What to produce »
All of the entries below, duplicated exactly, make up the answer.

Exercise data »
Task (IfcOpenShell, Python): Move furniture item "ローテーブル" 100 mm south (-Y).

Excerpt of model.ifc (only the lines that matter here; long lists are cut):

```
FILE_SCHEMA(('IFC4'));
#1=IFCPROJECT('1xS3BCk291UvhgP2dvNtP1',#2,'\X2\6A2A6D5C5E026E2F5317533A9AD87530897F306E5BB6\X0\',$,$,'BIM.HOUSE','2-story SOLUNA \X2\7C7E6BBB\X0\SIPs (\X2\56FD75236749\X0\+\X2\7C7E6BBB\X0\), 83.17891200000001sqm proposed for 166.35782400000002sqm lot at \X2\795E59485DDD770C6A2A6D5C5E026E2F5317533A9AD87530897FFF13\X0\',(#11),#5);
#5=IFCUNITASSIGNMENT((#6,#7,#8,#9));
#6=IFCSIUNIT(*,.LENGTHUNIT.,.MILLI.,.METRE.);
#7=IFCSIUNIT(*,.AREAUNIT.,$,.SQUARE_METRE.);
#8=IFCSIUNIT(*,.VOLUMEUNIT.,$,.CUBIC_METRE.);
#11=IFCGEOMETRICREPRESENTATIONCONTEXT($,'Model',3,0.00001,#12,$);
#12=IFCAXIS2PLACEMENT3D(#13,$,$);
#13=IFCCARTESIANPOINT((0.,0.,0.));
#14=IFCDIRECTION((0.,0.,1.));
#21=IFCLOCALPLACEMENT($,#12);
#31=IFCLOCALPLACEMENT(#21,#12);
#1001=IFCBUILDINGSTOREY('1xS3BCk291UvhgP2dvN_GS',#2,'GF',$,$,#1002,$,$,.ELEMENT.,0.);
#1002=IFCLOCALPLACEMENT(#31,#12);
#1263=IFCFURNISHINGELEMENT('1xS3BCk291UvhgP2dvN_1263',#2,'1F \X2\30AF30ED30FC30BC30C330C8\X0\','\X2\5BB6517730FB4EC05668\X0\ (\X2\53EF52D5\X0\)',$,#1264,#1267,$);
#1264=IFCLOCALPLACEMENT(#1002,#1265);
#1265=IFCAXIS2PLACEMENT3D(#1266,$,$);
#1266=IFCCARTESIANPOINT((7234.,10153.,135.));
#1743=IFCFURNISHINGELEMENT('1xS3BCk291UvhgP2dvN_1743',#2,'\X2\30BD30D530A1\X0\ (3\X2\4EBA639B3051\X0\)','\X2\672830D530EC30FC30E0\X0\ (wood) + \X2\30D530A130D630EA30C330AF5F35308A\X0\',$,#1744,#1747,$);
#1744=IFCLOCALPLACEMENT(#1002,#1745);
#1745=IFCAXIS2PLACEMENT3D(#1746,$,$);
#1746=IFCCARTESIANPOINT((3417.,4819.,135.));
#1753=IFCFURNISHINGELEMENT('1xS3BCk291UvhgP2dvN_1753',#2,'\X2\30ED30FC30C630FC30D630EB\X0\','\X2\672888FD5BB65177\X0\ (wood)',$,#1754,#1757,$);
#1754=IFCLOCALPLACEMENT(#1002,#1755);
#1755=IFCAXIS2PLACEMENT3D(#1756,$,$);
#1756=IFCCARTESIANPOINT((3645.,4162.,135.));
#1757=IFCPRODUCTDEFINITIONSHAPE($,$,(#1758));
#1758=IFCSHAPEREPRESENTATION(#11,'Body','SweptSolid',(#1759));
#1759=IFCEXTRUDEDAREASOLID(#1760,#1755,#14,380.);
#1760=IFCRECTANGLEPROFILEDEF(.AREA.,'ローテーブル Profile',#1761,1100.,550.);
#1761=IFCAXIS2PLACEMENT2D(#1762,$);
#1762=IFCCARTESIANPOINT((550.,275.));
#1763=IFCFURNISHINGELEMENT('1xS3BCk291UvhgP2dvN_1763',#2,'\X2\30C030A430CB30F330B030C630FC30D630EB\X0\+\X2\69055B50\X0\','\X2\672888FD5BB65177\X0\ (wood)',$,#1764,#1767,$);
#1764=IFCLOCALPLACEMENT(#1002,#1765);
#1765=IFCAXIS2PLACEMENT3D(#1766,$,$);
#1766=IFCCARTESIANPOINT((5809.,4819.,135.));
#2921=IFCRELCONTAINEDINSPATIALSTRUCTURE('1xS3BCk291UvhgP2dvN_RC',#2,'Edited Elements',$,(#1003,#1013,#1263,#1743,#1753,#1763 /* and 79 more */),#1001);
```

```python
import ifcopenshell
import ifcopenshell.api.geometry
import ifcopenshell.util.placement
import ifcopenshell.util.unit

model = ifcopenshell.open("model.ifc")
unit_scale = ifcopenshell.util.unit.calculate_unit_scale(model)

item = model.by_guid("1xS3BCk291UvhgP2dvN_1753")
matrix = ifcopenshell.util.placement.get_local_placement(item.ObjectPlacement)
matrix[1, 3] -= 0.1 / unit_scale
ifcopenshell.api.geometry.edit_object_placement(model, product=item, matrix=matrix, is_si=False)

print(ifcopenshell.util.placement.get_local_placement(item.ObjectPlacement).round(3) + 0.0)

model.write("model_updated.ifc")
```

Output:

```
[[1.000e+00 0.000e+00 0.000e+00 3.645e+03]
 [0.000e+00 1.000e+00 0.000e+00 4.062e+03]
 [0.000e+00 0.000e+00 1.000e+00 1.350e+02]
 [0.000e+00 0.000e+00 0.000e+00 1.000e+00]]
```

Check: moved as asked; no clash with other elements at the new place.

Reply »
Task (IfcOpenShell, Python): Move furniture item "ローテーブル" 100 mm south (-Y).

Excerpt of model.ifc (only the lines that matter here; long lists are cut):

```
FILE_SCHEMA(('IFC4'));
#1=IFCPROJECT('1xS3BCk291UvhgP2dvNtP1',#2,'\X2\6A2A6D5C5E026E2F5317533A9AD87530897F306E5BB6\X0\',$,$,'BIM.HOUSE','2-story SOLUNA \X2\7C7E6BBB\X0\SIPs (\X2\56FD75236749\X0\+\X2\7C7E6BBB\X0\), 83.17891200000001sqm proposed for 166.35782400000002sqm lot at \X2\795E59485DDD770C6A2A6D5C5E026E2F5317533A9AD87530897FFF13\X0\',(#11),#5);
#5=IFCUNITASSIGNMENT((#6,#7,#8,#9));
#6=IFCSIUNIT(*,.LENGTHUNIT.,.MILLI.,.METRE.);
#7=IFCSIUNIT(*,.AREAUNIT.,$,.SQUARE_METRE.);
#8=IFCSIUNIT(*,.VOLUMEUNIT.,$,.CUBIC_METRE.);
#11=IFCGEOMETRICREPRESENTATIONCONTEXT($,'Model',3,0.00001,#12,$);
#12=IFCAXIS2PLACEMENT3D(#13,$,$);
#13=IFCCARTESIANPOINT((0.,0.,0.));
#14=IFCDIRECTION((0.,0.,1.));
#21=IFCLOCALPLACEMENT($,#12);
#31=IFCLOCALPLACEMENT(#21,#12);
#1001=IFCBUILDINGSTOREY('1xS3BCk291UvhgP2dvN_GS',#2,'GF',$,$,#1002,$,$,.ELEMENT.,0.);
#1002=IFCLOCALPLACEMENT(#31,#12);
#1263=IFCFURNISHINGELEMENT('1xS3BCk291UvhgP2dvN_1263',#2,'1F \X2\30AF30ED30FC30BC30C330C8\X0\','\X2\5BB6517730FB4EC05668\X0\ (\X2\53EF52D5\X0\)',$,#1264,#1267,$);
#1264=IFCLOCALPLACEMENT(#1002,#1265);
#1265=IFCAXIS2PLACEMENT3D(#1266,$,$);
#1266=IFCCARTESIANPOINT((7234.,10153.,135.));
#1743=IFCFURNISHINGELEMENT('1xS3BCk291UvhgP2dvN_1743',#2,'\X2\30BD30D530A1\X0\ (3\X2\4EBA639B3051\X0\)','\X2\672830D530EC30FC30E0\X0\ (wood) + \X2\30D530A130D630EA30C330AF5F35308A\X0\',$,#1744,#1747,$);
#1744=IFCLOCALPLACEMENT(#1002,#1745);
#1745=IFCAXIS2PLACEMENT3D(#1746,$,$);
#1746=IFCCARTESIANPOINT((3417.,4819.,135.));
#1753=IFCFURNISHINGELEMENT('1xS3BCk291UvhgP2dvN_1753',#2,'\X2\30ED30FC30C630FC30D630EB\X0\','\X2\672888FD5BB65177\X0\ (wood)',$,#1754,#1757,$);
#1754=IFCLOCALPLACEMENT(#1002,#1755);
#1755=IFCAXIS2PLACEMENT3D(#1756,$,$);
#1756=IFCCARTESIANPOINT((3645.,4162.,135.));
#1757=IFCPRODUCTDEFINITIONSHAPE($,$,(#1758));
#1758=IFCSHAPEREPRESENTATION(#11,'Body','SweptSolid',(#1759));
#1759=IFCEXTRUDEDAREASOLID(#1760,#1755,#14,380.);
#1760=IFCRECTANGLEPROFILEDEF(.AREA.,'ローテーブル Profile',#1761,1100.,550.);
#1761=IFCAXIS2PLACEMENT2D(#1762,$);
#1762=IFCCARTESIANPOINT((550.,275.));
#1763=IFCFURNISHINGELEMENT('1xS3BCk291UvhgP2dvN_1763',#2,'\X2\30C030A430CB30F330B030C630FC30D630EB\X0\+\X2\69055B50\X0\','\X2\672888FD5BB65177\X0\ (wood)',$,#1764,#1767,$);
#1764=IFCLOCALPLACEMENT(#1002,#1765);
#1765=IFCAXIS2PLACEMENT3D(#1766,$,$);
#1766=IFCCARTESIANPOINT((5809.,4819.,135.));
#2921=IFCRELCONTAINEDINSPATIALSTRUCTURE('1xS3BCk291UvhgP2dvN_RC',#2,'Edited Elements',$,(#1003,#1013,#1263,#1743,#1753,#1763 /* and 79 more */),#1001);
```

```python
import ifcopenshell
import ifcopenshell.api.geometry
import ifcopenshell.util.placement
import ifcopenshell.util.unit

model = ifcopenshell.open("model.ifc")
unit_scale = ifcopenshell.util.unit.calculate_unit_scale(model)

item = model.by_guid("1xS3BCk291UvhgP2dvN_1753")
matrix = ifcopenshell.util.placement.get_local_placement(item.ObjectPlacement)
matrix[1, 3] -= 0.1 / unit_scale
ifcopenshell.api.geometry.edit_object_placement(model, product=item, matrix=matrix, is_si=False)

print(ifcopenshell.util.placement.get_local_placement(item.ObjectPlacement).round(3) + 0.0)

model.write("model_updated.ifc")
```

Output:

```
[[1.000e+00 0.000e+00 0.000e+00 3.645e+03]
 [0.000e+00 1.000e+00 0.000e+00 4.062e+03]
 [0.000e+00 0.000e+00 1.000e+00 1.350e+02]
 [0.000e+00 0.000e+00 0.000e+00 1.000e+00]]
```

Check: moved as asked; no clash with other elements at the new place.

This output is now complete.